- **Exercise objective**
For each line below that holds the word "proposed", make a copy.

- **Exercise data**
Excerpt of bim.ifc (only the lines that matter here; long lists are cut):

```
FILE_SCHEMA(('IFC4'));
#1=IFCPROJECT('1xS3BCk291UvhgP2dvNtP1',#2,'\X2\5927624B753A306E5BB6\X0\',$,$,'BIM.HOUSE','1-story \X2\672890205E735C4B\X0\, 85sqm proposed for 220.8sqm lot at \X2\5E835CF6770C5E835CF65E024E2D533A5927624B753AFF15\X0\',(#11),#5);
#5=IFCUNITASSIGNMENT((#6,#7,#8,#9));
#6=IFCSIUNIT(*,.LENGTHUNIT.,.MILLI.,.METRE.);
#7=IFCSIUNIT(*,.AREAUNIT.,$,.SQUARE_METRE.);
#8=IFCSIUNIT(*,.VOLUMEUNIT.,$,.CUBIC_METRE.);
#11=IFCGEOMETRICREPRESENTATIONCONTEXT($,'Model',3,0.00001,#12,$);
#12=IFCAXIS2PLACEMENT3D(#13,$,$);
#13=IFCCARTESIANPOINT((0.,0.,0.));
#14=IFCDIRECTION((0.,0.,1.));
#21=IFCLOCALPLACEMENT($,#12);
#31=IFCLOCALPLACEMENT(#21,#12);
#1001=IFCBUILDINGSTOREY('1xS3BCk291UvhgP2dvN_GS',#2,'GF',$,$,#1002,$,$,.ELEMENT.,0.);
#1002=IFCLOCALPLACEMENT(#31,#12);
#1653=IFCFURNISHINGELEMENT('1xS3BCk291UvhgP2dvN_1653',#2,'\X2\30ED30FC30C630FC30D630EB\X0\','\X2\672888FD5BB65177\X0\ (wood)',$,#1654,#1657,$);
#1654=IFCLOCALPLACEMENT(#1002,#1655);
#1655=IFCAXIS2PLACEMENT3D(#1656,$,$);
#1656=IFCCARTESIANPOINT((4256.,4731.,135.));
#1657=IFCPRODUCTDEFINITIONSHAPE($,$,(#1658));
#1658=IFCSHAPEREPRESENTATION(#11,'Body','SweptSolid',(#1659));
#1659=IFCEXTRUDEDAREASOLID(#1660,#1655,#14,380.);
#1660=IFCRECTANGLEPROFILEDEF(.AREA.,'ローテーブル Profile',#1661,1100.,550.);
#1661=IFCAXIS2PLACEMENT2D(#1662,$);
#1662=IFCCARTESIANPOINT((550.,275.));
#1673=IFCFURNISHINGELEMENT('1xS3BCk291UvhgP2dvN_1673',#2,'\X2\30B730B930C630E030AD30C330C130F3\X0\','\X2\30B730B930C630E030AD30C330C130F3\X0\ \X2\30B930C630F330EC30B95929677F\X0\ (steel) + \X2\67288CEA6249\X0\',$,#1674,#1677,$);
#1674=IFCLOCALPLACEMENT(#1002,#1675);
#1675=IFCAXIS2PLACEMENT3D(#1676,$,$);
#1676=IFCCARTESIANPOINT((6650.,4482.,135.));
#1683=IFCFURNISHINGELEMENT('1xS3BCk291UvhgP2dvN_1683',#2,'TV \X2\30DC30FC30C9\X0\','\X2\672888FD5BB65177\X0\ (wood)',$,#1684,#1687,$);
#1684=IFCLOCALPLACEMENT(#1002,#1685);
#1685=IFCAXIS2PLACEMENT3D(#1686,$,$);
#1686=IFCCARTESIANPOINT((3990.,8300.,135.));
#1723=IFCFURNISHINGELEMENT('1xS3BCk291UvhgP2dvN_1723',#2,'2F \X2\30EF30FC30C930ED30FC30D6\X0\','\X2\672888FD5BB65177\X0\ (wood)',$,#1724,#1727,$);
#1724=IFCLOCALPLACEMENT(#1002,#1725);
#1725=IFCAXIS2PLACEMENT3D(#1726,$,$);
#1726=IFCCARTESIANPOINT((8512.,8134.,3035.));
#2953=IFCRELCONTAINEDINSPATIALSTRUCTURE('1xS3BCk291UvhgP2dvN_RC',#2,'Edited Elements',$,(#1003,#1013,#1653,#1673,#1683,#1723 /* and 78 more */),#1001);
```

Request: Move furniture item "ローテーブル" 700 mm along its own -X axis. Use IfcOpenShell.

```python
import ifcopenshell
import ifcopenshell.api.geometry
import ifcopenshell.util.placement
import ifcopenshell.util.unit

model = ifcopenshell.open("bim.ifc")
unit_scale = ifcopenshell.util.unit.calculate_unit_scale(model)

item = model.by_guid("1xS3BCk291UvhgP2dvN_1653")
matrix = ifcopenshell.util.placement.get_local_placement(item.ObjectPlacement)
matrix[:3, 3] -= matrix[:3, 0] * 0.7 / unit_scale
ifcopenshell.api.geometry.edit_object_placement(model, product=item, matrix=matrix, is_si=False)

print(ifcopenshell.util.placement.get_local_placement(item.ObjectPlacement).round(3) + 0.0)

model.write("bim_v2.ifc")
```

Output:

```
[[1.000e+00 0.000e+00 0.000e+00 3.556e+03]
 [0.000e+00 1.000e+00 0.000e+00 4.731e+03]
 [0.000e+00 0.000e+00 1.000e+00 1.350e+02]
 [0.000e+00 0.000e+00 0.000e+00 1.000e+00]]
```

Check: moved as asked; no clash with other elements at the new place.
* * *
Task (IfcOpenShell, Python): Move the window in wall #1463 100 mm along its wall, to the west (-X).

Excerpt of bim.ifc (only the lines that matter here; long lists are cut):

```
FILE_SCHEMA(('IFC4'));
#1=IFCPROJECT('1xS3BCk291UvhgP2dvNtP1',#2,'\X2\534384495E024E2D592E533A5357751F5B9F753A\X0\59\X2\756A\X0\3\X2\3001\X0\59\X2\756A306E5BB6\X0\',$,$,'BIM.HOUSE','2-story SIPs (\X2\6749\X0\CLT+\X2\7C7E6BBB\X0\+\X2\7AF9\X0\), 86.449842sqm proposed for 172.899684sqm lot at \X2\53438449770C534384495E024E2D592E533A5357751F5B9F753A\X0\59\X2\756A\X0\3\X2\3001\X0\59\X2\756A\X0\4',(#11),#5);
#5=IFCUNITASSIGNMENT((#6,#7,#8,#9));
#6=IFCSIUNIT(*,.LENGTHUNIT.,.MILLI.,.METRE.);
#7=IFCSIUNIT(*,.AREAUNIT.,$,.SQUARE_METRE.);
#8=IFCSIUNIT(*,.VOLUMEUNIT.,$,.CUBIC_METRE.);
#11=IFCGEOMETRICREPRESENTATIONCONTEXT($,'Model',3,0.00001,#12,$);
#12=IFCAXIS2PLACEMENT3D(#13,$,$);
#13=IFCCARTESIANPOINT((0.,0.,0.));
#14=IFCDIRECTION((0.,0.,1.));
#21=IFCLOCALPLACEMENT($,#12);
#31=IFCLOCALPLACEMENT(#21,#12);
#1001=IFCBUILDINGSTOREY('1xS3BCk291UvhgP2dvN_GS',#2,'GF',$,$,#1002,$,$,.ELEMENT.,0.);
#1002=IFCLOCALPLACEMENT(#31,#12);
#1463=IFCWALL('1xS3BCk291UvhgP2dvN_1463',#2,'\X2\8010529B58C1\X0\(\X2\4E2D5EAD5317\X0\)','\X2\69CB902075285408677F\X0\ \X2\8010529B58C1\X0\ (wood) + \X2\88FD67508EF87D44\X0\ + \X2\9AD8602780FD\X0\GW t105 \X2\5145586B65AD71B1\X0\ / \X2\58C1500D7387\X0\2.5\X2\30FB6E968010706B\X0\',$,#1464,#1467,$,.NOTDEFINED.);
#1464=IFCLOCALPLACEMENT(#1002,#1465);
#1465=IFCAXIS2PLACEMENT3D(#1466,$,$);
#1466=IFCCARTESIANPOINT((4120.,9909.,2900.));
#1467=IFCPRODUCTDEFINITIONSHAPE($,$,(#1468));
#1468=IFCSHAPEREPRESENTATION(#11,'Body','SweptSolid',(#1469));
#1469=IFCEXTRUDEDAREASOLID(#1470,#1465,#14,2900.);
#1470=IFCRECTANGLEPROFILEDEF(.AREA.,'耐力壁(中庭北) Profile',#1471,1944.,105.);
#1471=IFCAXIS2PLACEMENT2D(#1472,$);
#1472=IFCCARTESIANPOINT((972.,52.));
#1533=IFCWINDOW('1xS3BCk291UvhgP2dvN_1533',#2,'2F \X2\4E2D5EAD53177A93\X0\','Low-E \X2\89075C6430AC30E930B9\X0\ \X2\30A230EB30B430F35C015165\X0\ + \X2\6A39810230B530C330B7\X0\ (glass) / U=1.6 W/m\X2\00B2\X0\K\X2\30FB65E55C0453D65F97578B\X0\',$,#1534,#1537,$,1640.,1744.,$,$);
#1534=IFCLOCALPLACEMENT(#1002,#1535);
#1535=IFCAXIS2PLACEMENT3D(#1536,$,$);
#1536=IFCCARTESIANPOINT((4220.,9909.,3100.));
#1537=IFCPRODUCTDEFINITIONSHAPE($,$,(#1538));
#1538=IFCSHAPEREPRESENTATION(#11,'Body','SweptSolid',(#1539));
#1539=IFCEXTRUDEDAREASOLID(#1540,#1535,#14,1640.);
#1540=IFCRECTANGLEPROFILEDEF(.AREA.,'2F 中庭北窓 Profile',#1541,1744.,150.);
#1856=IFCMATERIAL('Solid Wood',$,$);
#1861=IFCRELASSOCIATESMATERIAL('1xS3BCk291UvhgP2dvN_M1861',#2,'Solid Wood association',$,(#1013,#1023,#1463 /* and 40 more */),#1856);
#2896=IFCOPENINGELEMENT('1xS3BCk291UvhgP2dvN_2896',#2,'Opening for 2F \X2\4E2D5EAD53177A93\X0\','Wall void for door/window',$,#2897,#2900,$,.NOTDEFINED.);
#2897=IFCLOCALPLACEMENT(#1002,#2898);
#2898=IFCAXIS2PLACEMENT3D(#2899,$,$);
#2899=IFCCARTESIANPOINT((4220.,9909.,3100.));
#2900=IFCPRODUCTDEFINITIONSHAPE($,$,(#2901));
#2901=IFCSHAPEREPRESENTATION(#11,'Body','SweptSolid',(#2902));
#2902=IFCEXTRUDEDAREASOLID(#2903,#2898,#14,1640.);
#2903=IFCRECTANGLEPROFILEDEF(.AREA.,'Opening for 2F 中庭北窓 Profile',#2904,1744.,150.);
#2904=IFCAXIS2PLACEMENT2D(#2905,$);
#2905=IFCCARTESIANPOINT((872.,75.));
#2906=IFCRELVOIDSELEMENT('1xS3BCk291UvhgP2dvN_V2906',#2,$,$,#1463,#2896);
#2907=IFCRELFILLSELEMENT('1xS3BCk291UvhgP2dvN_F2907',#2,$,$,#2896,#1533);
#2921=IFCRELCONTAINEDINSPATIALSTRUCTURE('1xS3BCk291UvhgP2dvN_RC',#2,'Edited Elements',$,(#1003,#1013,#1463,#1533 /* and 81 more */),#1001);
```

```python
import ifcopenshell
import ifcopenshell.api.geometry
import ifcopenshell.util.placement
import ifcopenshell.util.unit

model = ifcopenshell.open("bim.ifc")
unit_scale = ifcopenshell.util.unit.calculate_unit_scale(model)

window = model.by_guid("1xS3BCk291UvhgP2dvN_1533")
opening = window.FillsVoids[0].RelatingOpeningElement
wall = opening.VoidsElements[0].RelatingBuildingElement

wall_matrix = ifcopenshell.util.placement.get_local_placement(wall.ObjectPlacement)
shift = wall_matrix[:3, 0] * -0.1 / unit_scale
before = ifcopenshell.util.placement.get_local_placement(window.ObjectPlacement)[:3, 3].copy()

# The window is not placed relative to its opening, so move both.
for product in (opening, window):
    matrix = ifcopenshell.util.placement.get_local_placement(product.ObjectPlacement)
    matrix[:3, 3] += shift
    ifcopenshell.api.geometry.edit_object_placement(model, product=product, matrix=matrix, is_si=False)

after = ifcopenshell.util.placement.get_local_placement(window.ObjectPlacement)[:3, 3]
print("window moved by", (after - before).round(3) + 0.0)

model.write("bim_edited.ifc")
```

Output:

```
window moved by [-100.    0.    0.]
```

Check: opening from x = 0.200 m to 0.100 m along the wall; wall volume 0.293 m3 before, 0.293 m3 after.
---
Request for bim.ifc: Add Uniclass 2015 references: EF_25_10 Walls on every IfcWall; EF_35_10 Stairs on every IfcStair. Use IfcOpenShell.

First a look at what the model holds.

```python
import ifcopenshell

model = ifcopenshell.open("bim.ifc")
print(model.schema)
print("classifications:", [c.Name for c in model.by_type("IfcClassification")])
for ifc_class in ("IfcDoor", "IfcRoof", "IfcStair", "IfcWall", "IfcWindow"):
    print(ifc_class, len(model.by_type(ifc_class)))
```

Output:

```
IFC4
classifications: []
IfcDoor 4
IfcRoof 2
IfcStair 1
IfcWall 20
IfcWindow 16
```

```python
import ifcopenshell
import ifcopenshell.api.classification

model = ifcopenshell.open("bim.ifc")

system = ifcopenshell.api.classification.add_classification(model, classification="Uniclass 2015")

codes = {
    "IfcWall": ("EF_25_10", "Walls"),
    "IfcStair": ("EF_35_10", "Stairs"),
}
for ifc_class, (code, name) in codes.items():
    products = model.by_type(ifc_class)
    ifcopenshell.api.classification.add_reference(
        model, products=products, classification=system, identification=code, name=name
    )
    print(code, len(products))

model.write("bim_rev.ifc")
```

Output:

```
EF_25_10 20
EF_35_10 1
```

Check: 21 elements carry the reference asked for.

- **Completed task**
#1=IFCPROJECT('1xS3BCk291UvhgP2dvNtP1',#2,'\X2\5927624B753A306E5BB6\X0\',$,$,'BIM.HOUSE','1-story \X2\672890205E735C4B\X0\, 85sqm proposed for 220.8sqm lot at \X2\5E835CF6770C5E835CF65E024E2D533A5927624B753AFF15\X0\',(#11),#5);
#1=IFCPROJECT('1xS3BCk291UvhgP2dvNtP1',#2,'\X2\534384495E024E2D592E533A5357751F5B9F753A\X0\59\X2\756A\X0\3\X2\3001\X0\59\X2\756A306E5BB6\X0\',$,$,'BIM.HOUSE','2-story SIPs (\X2\6749\X0\CLT+\X2\7C7E6BBB\X0\+\X2\7AF9\X0\), 86.449842sqm proposed for 172.899684sqm lot at \X2\53438449770C534384495E024E2D592E533A5357751F5B9F753A\X0\59\X2\756A\X0\3\X2\3001\X0\59\X2\756A\X0\4',(#11),#5);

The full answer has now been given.